I attached my code that runs fine and does what you want. The values appear on the host side before the kernel ends. As you can see I added some compute code to prevent the for loop to be removed due to compiler optimizations. I added a stream and a callback that get executed after all work in the stream is finished.
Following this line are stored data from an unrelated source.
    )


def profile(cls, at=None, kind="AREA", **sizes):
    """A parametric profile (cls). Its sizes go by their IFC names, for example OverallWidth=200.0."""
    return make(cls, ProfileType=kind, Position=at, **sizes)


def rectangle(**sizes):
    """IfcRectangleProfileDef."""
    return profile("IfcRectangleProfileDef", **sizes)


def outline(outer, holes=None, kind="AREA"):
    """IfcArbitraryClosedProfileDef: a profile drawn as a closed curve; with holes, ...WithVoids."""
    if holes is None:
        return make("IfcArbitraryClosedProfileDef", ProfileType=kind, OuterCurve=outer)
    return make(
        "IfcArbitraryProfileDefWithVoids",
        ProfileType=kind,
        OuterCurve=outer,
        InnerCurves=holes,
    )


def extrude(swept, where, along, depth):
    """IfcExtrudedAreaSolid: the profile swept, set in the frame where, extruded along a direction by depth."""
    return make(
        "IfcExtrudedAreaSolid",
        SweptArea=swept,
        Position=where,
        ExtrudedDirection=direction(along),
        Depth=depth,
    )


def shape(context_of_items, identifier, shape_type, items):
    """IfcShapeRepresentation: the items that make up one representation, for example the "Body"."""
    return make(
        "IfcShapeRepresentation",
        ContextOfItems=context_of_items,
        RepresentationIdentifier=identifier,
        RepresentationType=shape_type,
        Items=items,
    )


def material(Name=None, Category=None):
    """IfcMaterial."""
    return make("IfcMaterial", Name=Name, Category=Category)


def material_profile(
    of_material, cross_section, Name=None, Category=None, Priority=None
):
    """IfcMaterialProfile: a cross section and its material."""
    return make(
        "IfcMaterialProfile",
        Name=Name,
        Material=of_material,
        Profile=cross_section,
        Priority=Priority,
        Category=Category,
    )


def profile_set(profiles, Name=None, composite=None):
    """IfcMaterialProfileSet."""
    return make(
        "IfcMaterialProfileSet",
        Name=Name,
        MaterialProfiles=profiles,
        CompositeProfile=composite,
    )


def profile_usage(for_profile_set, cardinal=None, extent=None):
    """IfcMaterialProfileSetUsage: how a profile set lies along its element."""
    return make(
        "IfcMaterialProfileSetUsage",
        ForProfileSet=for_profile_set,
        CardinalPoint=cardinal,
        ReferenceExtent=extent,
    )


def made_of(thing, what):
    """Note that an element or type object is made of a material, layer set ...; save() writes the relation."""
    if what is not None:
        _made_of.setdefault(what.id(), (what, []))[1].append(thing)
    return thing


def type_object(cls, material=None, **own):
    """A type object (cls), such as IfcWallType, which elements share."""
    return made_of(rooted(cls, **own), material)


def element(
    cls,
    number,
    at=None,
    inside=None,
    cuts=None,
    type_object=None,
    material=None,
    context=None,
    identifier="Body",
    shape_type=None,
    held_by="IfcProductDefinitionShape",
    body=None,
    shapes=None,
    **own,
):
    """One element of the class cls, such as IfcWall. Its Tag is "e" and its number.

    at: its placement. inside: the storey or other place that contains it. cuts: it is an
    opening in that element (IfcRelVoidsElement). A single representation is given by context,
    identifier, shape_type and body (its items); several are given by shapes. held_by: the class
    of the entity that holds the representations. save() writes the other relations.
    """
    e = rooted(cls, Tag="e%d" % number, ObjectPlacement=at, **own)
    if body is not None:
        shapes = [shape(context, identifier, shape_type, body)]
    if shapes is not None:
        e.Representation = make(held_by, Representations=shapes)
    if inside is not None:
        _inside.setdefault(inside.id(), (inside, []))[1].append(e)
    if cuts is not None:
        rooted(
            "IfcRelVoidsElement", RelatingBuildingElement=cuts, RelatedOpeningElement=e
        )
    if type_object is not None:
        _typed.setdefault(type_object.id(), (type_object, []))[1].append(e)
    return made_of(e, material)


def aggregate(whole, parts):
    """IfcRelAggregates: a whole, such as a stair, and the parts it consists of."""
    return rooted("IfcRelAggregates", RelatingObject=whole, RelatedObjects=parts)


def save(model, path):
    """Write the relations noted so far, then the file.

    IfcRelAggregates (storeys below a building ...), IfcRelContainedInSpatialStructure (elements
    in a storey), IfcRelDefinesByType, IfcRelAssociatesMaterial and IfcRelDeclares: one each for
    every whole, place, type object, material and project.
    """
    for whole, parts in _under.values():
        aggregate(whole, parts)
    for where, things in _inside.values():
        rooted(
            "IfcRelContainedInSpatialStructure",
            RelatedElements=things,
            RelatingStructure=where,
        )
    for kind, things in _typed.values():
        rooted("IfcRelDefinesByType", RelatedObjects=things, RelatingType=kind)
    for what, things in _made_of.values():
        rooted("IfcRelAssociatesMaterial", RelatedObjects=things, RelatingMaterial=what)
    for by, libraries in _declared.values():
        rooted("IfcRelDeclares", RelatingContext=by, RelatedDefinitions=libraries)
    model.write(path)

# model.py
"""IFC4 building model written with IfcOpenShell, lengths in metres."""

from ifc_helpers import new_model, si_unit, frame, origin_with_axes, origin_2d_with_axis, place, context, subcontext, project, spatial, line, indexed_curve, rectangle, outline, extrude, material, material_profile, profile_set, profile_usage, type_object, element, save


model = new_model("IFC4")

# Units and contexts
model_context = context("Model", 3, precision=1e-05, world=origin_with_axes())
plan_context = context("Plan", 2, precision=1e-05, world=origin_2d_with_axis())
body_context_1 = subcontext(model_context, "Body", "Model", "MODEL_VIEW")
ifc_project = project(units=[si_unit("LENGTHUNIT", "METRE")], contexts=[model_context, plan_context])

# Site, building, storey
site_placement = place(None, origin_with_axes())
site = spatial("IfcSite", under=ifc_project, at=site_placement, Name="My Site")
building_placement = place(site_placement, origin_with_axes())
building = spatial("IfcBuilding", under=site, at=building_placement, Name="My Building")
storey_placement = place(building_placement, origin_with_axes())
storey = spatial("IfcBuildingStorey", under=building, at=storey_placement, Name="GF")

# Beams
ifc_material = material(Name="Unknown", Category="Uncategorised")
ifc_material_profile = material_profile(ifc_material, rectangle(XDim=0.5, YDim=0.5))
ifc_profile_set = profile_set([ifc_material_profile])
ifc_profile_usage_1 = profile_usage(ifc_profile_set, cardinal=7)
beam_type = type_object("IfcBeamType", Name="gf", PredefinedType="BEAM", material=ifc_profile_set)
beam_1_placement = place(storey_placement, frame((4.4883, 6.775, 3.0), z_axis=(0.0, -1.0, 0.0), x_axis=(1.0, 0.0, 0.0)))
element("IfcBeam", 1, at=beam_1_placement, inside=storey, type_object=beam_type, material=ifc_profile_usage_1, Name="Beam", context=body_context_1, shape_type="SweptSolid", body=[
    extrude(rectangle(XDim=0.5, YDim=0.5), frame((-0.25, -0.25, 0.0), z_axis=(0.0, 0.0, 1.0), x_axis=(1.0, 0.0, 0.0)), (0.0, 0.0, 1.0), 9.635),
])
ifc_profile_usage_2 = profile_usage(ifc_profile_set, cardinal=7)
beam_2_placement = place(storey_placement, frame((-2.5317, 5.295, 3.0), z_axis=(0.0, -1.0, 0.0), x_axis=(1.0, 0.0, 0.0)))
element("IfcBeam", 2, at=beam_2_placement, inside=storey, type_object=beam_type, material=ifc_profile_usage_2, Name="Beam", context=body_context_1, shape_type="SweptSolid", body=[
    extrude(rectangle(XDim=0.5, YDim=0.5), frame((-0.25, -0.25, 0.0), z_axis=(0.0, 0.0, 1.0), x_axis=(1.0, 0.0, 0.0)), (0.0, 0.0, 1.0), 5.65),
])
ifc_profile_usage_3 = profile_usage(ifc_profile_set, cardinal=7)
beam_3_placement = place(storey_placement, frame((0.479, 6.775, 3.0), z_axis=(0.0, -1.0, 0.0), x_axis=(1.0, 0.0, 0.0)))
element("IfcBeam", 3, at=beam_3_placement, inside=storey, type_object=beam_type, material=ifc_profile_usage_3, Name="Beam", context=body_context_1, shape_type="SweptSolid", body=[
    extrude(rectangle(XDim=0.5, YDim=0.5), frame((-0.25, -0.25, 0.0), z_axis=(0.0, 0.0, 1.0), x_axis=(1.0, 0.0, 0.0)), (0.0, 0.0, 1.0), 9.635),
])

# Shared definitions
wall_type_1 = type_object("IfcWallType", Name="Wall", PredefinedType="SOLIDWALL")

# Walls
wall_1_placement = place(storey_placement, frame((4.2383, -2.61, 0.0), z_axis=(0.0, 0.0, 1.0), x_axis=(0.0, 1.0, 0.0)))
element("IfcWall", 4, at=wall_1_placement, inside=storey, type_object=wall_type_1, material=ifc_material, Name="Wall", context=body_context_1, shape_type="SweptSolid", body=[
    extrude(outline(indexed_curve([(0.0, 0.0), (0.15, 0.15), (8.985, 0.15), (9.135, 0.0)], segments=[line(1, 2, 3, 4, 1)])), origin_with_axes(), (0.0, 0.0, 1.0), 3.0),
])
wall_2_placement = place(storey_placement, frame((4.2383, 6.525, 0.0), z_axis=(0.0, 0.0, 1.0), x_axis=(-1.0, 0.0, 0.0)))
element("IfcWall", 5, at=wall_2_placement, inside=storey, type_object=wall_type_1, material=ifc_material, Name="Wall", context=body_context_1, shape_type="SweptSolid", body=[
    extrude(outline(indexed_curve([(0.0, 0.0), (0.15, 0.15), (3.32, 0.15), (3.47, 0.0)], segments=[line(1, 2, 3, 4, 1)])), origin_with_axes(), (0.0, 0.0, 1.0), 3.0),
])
The program outputs 1 2 and for a long time does nothing until stream finished... is printed to the console.
#include <iostream>
#include "cuda.h"
#include "cuda_runtime.h"
#include "device_launch_parameters.h"
#define SEC_CUDA_CALL(val) checkCall ( (val), #val, __FILE__, __LINE__ )
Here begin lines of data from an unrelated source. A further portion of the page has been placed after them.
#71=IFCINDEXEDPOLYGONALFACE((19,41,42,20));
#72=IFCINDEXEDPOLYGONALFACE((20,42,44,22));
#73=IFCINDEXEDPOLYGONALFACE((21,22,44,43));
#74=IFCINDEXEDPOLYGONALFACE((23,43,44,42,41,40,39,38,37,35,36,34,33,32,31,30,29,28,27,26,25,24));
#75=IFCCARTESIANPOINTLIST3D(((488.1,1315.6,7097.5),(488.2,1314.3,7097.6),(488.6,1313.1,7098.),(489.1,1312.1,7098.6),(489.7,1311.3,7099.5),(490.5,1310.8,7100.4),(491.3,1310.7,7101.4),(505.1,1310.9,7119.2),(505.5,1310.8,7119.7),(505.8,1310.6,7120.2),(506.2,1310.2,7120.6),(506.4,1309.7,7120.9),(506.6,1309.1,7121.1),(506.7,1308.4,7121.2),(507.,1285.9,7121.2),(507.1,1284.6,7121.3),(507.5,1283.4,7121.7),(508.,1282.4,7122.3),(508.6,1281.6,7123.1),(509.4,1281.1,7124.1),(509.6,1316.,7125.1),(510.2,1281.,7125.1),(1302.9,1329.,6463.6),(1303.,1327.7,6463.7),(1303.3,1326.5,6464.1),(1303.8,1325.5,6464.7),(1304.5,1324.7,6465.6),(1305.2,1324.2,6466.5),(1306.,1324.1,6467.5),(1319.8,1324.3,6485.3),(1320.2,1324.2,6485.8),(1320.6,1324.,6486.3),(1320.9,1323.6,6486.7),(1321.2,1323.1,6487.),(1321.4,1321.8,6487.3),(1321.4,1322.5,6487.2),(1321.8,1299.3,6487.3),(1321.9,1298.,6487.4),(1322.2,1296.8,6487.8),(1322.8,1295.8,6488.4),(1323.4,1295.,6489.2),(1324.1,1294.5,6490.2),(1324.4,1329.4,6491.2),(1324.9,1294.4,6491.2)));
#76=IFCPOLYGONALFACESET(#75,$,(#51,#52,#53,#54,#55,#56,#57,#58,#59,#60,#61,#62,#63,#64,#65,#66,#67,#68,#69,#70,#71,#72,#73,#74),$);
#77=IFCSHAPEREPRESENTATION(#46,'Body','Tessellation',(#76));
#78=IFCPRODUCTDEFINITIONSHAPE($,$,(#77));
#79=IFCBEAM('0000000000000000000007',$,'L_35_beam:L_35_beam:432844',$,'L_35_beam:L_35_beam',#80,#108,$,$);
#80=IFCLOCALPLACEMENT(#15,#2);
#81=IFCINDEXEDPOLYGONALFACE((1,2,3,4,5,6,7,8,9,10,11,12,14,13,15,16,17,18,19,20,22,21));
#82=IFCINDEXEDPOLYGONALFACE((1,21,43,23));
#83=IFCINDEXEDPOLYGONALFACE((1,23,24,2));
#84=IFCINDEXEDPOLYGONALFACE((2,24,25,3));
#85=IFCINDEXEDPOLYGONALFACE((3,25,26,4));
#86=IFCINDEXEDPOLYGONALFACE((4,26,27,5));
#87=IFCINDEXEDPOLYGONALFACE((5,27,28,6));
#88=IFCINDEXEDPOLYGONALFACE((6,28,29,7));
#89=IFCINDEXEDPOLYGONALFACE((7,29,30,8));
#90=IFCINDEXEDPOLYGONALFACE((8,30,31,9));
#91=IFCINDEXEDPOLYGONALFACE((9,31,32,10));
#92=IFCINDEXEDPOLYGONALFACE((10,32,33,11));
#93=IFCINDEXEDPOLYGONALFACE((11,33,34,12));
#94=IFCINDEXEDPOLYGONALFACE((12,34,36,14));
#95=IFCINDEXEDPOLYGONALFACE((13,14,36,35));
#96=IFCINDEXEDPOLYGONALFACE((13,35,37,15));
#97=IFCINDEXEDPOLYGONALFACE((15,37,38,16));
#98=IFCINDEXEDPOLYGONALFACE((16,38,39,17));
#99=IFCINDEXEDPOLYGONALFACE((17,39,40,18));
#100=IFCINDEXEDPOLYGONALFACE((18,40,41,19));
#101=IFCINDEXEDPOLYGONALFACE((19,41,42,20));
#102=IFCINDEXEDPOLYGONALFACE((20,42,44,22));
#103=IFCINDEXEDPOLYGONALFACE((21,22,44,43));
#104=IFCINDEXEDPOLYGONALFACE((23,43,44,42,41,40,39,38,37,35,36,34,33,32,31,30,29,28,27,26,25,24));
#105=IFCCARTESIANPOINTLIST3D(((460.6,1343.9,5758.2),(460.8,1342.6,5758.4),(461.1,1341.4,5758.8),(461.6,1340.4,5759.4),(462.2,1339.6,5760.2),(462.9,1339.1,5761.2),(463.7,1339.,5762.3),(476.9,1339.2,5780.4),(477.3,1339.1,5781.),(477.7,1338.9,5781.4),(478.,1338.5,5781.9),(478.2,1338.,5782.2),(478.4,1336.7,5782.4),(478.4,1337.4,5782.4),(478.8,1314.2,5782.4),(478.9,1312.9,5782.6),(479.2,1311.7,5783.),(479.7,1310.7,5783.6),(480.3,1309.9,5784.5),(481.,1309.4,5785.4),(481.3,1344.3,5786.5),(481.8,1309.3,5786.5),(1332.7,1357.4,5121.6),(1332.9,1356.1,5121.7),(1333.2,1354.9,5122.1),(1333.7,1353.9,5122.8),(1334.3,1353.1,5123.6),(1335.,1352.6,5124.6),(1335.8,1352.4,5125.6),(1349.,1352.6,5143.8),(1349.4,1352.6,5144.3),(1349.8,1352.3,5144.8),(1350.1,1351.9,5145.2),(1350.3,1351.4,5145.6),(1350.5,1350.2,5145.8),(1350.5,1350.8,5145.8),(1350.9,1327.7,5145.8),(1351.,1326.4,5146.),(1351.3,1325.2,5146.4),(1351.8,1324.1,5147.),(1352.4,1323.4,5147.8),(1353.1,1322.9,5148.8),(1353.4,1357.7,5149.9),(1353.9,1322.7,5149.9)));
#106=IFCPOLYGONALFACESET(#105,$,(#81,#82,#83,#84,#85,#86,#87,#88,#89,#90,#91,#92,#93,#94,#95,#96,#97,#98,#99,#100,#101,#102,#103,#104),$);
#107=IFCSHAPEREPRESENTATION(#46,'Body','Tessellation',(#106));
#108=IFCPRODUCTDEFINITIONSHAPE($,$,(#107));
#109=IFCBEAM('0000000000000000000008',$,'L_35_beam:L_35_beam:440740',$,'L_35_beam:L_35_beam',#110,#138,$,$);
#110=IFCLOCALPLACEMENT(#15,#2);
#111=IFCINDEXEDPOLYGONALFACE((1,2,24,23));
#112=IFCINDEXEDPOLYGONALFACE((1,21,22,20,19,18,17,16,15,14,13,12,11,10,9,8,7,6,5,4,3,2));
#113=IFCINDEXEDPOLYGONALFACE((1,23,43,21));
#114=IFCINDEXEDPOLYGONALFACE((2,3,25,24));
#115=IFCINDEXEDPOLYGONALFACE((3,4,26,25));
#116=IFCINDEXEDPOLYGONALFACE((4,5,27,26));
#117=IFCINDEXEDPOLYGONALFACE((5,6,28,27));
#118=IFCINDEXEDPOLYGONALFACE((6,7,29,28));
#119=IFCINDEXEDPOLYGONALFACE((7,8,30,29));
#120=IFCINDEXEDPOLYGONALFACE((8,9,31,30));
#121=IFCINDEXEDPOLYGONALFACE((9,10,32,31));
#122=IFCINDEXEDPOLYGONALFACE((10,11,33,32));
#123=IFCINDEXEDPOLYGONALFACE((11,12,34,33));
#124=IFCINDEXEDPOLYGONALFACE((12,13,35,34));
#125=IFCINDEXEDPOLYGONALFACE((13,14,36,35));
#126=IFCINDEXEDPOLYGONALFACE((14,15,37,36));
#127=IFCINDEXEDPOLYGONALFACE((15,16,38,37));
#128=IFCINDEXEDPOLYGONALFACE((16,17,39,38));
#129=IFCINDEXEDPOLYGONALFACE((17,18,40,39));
bool checkCall(cudaError_t result, char const* const func, const char *const file, int const line)
{
if (result != cudaSuccess)
{
std::cout << "CUDA (runtime api) error: " << func << " failed! " << cudaGetErrorString(result) << " (" << result << ") " << file << ":" << line << std::endl;
}
return result != cudaSuccess;
}
class Callback
{
public:
static void CUDART_CB dispatch(cudaStream_t stream, cudaError_t status, void *userData);
private:
void call();
};
void CUDART_CB Callback::dispatch(cudaStream_t stream, cudaError_t status, void *userData)
{
Callback* cb = (Callback*) userData;
cb->call();
}
void Callback::call()
{
std::cout << "stream finished..." << std::endl;
}
__global__ void Kernel(volatile float* hResult)
{
int tid = threadIdx.x + blockIdx.x * blockDim.x;
hResult[tid] = tid + 1;
__threadfence_system();
float A = 0;
for (int timeWater = 0; timeWater < 100000000; timeWater++)
{
A = sin(cos(log(hResult[0] * hResult[1]))) + A;
A = sqrt(A);
}
}
int main(int argc, char* argv[])
{
size_t blocks = 2;
volatile float* hResult;
SEC_CUDA_CALL(cudaHostAlloc((void**)&hResult,blocks*sizeof(float),cudaHostAllocMapped));
cudaStream_t stream;
SEC_CUDA_CALL(cudaStreamCreateWithFlags(&stream, cudaStreamNonBlocking));
Callback obj;
Kernel<<<1,blocks,NULL,stream>>>(hResult);
SEC_CUDA_CALL(cudaStreamAddCallback(stream, Callback::dispatch, &obj, 0));
int filledElementsCounter = 0;
while (filledElementsCounter < blocks)
{
while(hResult[filledElementsCounter] == 0);
std::cout << hResult[filledElementsCounter] << std::endl;
filledElementsCounter++;
}
SEC_CUDA_CALL(cudaStreamDestroy(stream));
SEC_CUDA_CALL(cudaFreeHost((void *)hResult));
}
No call returned an error and cuda-memcheck didn't find any problems. This works as intended. You should really try the TCC driver.
You cannot pass the host pointer directly to the kernel. If you allocate host memory using cudaHostAlloc with cudaHostAllocMapped flag, then first you have to retrieve the device pointer of the mapped host memory before you can use it in the kernel. Use cudaHostGetDevicePointer to get the device pointer of mapped host memory.
float* hResult, *dResult;
cudaHostAlloc((void**)&hResult, blocks*sizeof(float), cudaHostAllocMapped);
cudaHostGetDevicePointer(&dResult,hResult);
Kernel<<<1,blocks>>>(dResult);
Calling __threadfence_system() will ensure that the write is visible to the system before proceeding, but your CPU will be caching the h_result variable and hence you're just spinning on the old value in an infinite loop. Try marking h_result as volatile.